PROBLEM TO WORK ON:
How many lines of these entries include the string "IFCPRODUCTDEFINITIONSHAPE"? State the number alone.
[[ GIVEN RECORDS, beginning ]]
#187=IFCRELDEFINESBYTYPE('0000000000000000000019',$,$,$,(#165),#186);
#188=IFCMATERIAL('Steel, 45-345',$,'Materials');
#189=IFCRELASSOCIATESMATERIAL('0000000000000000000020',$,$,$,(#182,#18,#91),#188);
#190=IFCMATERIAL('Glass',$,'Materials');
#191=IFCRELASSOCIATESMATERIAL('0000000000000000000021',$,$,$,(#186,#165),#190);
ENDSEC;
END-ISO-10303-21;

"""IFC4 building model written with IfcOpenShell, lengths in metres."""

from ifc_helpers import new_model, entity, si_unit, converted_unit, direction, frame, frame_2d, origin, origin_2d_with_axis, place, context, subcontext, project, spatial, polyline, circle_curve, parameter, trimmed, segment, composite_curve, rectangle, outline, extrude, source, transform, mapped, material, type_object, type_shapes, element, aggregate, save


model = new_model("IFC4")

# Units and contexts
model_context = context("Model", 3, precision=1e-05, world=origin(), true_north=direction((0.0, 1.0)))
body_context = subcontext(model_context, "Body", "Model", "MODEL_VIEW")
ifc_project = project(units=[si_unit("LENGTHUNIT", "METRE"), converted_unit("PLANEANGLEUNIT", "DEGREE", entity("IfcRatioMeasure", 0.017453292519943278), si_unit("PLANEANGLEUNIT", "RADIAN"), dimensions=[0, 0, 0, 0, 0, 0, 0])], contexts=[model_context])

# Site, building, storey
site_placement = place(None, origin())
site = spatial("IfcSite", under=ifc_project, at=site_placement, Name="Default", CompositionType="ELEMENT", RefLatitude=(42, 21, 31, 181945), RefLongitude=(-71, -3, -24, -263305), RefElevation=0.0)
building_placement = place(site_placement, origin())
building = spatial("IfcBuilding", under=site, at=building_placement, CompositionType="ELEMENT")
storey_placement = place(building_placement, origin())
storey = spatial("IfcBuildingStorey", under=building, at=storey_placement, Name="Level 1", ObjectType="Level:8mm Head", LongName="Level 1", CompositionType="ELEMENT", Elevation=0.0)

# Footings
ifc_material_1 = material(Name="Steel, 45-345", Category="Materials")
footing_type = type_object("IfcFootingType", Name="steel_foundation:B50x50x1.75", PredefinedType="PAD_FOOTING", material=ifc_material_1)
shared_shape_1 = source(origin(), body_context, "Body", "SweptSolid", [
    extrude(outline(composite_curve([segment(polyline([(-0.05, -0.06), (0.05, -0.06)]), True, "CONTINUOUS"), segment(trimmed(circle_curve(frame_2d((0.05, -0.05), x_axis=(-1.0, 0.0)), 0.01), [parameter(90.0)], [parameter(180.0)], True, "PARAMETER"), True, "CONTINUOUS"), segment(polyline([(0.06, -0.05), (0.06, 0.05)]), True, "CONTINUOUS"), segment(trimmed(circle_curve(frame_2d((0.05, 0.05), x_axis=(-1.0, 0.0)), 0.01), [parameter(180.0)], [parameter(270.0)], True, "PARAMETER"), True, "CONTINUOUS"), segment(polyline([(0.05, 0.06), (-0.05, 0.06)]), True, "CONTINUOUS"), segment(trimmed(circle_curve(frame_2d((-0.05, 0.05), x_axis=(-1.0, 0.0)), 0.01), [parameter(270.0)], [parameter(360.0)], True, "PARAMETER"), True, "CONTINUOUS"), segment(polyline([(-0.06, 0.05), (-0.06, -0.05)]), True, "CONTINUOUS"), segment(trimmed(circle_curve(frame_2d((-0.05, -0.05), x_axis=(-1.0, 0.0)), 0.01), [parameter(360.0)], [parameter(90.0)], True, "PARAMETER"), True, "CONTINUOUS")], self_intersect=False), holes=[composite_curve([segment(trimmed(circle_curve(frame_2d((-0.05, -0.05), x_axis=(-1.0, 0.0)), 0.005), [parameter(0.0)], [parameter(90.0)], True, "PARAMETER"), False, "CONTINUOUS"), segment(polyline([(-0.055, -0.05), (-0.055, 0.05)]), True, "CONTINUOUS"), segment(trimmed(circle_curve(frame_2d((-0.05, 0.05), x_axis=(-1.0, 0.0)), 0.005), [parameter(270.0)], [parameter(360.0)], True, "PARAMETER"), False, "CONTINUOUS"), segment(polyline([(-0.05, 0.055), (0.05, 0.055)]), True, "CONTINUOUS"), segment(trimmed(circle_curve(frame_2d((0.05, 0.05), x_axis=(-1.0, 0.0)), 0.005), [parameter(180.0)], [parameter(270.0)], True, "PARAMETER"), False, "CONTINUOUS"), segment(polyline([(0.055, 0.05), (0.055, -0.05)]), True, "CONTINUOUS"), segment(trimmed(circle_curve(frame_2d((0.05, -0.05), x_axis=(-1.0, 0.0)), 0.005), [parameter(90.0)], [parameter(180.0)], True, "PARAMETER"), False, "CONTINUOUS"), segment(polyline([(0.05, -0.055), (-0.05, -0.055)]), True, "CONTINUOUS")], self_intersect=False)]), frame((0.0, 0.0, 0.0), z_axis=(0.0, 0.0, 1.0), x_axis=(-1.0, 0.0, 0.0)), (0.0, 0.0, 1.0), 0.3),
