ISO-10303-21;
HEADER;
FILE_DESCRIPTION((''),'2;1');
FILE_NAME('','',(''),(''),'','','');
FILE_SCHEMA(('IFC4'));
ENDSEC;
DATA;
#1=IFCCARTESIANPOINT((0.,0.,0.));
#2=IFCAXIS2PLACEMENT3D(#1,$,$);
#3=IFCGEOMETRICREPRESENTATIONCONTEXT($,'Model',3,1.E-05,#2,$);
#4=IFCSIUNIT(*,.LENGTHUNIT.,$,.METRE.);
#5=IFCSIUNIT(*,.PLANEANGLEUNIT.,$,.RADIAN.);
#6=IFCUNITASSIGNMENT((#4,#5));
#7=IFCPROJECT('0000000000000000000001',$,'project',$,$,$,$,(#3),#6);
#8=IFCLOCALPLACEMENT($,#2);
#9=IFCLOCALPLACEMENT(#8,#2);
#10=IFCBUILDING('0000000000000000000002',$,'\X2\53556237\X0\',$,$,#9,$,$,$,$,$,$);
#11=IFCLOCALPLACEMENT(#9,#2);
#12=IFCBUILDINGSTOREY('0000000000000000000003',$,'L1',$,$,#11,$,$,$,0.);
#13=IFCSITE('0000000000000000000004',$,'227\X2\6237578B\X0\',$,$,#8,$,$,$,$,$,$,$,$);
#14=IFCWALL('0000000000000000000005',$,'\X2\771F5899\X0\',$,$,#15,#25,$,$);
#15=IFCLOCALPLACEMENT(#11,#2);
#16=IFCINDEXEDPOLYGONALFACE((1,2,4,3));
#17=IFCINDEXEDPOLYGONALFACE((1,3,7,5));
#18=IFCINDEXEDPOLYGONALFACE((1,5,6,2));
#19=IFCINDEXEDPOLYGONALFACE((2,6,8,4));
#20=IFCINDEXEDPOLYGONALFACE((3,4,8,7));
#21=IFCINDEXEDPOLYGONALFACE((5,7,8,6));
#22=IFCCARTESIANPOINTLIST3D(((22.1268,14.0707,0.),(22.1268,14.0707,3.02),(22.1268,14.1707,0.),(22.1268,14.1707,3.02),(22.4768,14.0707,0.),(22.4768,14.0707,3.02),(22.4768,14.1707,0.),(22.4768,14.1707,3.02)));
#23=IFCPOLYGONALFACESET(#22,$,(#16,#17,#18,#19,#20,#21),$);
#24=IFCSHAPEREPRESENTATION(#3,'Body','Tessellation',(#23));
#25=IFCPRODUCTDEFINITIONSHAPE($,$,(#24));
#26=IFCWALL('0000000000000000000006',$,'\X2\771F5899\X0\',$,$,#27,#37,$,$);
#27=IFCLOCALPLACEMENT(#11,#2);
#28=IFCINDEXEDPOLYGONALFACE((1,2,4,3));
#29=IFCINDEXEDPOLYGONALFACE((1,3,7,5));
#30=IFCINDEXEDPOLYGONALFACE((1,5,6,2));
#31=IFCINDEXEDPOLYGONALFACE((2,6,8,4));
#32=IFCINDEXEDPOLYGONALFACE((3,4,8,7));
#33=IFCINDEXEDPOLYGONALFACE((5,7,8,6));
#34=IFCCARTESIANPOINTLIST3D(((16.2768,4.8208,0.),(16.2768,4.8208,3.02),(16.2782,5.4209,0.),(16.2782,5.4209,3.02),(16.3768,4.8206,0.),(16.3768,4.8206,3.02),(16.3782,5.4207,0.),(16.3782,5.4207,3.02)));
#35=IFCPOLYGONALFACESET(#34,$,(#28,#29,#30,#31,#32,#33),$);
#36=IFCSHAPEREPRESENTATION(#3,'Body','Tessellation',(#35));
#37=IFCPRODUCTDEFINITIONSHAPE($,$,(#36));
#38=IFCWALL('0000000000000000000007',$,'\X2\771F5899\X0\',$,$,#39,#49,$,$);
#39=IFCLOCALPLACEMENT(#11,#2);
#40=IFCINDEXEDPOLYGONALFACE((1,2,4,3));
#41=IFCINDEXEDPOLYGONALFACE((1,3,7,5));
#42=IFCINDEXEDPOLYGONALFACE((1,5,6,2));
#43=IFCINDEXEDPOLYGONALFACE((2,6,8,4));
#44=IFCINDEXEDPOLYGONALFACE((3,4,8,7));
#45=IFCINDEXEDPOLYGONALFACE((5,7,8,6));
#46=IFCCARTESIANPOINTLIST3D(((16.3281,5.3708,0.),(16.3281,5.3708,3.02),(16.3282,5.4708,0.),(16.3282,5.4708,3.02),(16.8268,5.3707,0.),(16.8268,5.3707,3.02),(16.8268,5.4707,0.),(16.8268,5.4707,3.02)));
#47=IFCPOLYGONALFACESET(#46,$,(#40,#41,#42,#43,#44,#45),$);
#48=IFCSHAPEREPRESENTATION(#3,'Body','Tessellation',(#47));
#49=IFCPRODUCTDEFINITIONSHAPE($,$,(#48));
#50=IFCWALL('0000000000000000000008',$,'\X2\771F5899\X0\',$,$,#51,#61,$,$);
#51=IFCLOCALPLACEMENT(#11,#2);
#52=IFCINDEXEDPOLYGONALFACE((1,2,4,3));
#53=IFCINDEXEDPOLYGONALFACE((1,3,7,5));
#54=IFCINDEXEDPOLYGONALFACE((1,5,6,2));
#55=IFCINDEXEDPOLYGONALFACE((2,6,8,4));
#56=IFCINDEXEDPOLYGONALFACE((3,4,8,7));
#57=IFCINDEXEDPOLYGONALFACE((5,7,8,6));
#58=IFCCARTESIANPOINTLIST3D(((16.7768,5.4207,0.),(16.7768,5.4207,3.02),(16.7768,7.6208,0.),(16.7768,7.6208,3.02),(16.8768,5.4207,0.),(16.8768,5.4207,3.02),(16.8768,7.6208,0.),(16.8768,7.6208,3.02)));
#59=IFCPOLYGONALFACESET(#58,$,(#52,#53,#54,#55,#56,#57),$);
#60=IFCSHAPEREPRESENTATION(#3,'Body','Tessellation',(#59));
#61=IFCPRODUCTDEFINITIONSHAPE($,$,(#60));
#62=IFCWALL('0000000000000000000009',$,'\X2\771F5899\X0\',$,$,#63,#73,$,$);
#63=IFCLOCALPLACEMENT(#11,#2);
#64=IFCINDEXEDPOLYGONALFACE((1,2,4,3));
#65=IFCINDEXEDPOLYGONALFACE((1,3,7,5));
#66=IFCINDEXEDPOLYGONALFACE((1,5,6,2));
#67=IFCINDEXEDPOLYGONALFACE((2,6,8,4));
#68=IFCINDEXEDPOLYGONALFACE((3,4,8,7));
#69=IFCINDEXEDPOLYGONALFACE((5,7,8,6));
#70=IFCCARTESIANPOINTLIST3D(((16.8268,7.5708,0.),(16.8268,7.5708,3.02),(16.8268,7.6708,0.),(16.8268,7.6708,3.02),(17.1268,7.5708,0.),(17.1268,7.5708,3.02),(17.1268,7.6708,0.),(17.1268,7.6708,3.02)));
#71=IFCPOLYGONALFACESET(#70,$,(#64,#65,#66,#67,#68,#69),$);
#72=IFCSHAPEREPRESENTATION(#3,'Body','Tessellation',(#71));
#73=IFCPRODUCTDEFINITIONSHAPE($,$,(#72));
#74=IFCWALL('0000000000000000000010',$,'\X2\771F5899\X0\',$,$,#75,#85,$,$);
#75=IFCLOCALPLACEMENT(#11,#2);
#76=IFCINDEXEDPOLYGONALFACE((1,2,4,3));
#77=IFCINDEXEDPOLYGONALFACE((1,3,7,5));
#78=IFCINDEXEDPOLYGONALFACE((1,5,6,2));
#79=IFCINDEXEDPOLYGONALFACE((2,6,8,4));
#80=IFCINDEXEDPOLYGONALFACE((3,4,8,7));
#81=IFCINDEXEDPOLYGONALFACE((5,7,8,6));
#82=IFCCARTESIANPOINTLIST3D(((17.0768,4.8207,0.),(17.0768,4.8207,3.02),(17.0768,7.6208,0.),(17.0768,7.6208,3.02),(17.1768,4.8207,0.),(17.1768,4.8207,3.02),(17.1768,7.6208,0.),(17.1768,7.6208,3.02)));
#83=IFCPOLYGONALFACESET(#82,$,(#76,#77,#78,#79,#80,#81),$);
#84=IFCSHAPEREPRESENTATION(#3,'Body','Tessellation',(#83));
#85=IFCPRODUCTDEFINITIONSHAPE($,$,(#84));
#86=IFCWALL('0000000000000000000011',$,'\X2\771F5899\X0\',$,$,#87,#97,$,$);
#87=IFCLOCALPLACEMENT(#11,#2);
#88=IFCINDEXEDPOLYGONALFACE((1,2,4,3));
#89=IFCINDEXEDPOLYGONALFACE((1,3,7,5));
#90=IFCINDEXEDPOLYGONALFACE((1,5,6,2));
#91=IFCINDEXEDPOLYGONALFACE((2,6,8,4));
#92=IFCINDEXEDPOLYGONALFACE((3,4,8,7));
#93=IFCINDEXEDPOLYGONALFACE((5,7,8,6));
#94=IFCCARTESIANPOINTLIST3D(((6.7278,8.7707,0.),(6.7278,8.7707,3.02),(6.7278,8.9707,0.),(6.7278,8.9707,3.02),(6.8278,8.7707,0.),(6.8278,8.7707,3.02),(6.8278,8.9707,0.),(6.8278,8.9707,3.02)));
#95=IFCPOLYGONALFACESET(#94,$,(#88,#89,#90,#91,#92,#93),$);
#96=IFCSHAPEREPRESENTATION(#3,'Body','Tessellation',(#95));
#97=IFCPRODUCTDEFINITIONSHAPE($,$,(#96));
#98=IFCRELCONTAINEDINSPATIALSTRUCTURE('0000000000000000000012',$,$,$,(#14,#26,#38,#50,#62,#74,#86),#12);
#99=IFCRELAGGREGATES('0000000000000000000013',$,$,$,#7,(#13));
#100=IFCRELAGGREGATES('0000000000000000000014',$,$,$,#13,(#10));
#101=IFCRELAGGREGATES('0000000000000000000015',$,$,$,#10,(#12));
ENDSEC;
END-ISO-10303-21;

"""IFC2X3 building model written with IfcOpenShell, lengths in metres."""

from ifc_helpers import new_model, si_unit, origin, place, context, project, spatial, polyline, outline, extrude, element, save


model = new_model("IFC2X3")

# Units and contexts
model_context = context("Model", 3, precision=1e-05, world=origin())
ifc_project = project(units=[si_unit("LENGTHUNIT", "METRE"), si_unit("PLANEANGLEUNIT", "RADIAN")], contexts=[model_context])

# Site, building, storey
site_placement = place(None, origin())
site = spatial("IfcSite", under=ifc_project, at=site_placement, Name="227户型")
building_placement = place(site_placement, origin())
building = spatial("IfcBuilding", under=site, at=building_placement, Name="单户")
storey_placement = place(building_placement, origin())
storey = spatial("IfcBuildingStorey", under=building, at=storey_placement, Name="L1", Elevation=0.0)

# Walls
wall_1_placement = place(storey_placement, origin())
element("IfcWall", 1, at=wall_1_placement, inside=storey, Name="真墙", context=model_context, shape_type="SweptSolid", body=[
    extrude(outline(polyline([(22.4768, 14.0707), (22.1268, 14.0707), (22.1268, 14.1707), (22.4768, 14.1707), (22.4768, 14.0707)])), origin(), (0.0, 0.0, 1.0), 3.02),
])
wall_2_placement = place(storey_placement, origin())
element("IfcWall", 2, at=wall_2_placement, inside=storey, Name="真墙", context=model_context, shape_type="SweptSolid", body=[
    extrude(outline(polyline([(16.2768, 4.8208), (16.2782, 5.4209), (16.3782, 5.4207), (16.3768, 4.8206), (16.2768, 4.8208)])), origin(), (0.0, 0.0, 1.0), 3.02),
])
wall_3_placement = place(storey_placement, origin())
element("IfcWall", 3, at=wall_3_placement, inside=storey, Name="真墙", context=model_context, shape_type="SweptSolid", body=[
    extrude(outline(polyline([(16.3282, 5.4708), (16.8268, 5.4707), (16.8268, 5.3707), (16.3281, 5.3708), (16.3282, 5.4708)])), origin(), (0.0, 0.0, 1.0), 3.02),
])
wall_4_placement = place(storey_placement, origin())
element("IfcWall", 4, at=wall_4_placement, inside=storey, Name="真墙", context=model_context, shape_type="SweptSolid", body=[
    extrude(outline(polyline([(16.7768, 5.4207), (16.7768, 7.6208), (16.8768, 7.6208), (16.8768, 5.4207), (16.7768, 5.4207)])), origin(), (0.0, 0.0, 1.0), 3.02),
])
wall_5_placement = place(storey_placement, origin())
element("IfcWall", 5, at=wall_5_placement, inside=storey, Name="真墙", context=model_context, shape_type="SweptSolid", body=[
    extrude(outline(polyline([(16.8268, 7.6708), (17.1268, 7.6708), (17.1268, 7.5708), (16.8268, 7.5708), (16.8268, 7.6708)])), origin(), (0.0, 0.0, 1.0), 3.02),
])
wall_6_placement = place(storey_placement, origin())
element("IfcWall", 6, at=wall_6_placement, inside=storey, Name="真墙", context=model_context, shape_type="SweptSolid", body=[
    extrude(outline(polyline([(17.1768, 7.6208), (17.1768, 4.8207), (17.0768, 4.8207), (17.0768, 7.6208), (17.1768, 7.6208)])), origin(), (0.0, 0.0, 1.0), 3.02),
])

# Wall
wall_7_placement = place(storey_placement, origin())
element("IfcWall", 7, at=wall_7_placement, inside=storey, Name="真墙", context=model_context, shape_type="SweptSolid", body=[
    extrude(outline(polyline([(6.8278, 8.9707), (6.8278, 8.7707), (6.7278, 8.7707), (6.7278, 8.9707), (6.8278, 8.9707)])), origin(), (0.0, 0.0, 1.0), 3.02),
])

save(model, "model.ifc")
[[ GIVEN RECORDS, end ]]
ANSWER AREA:
7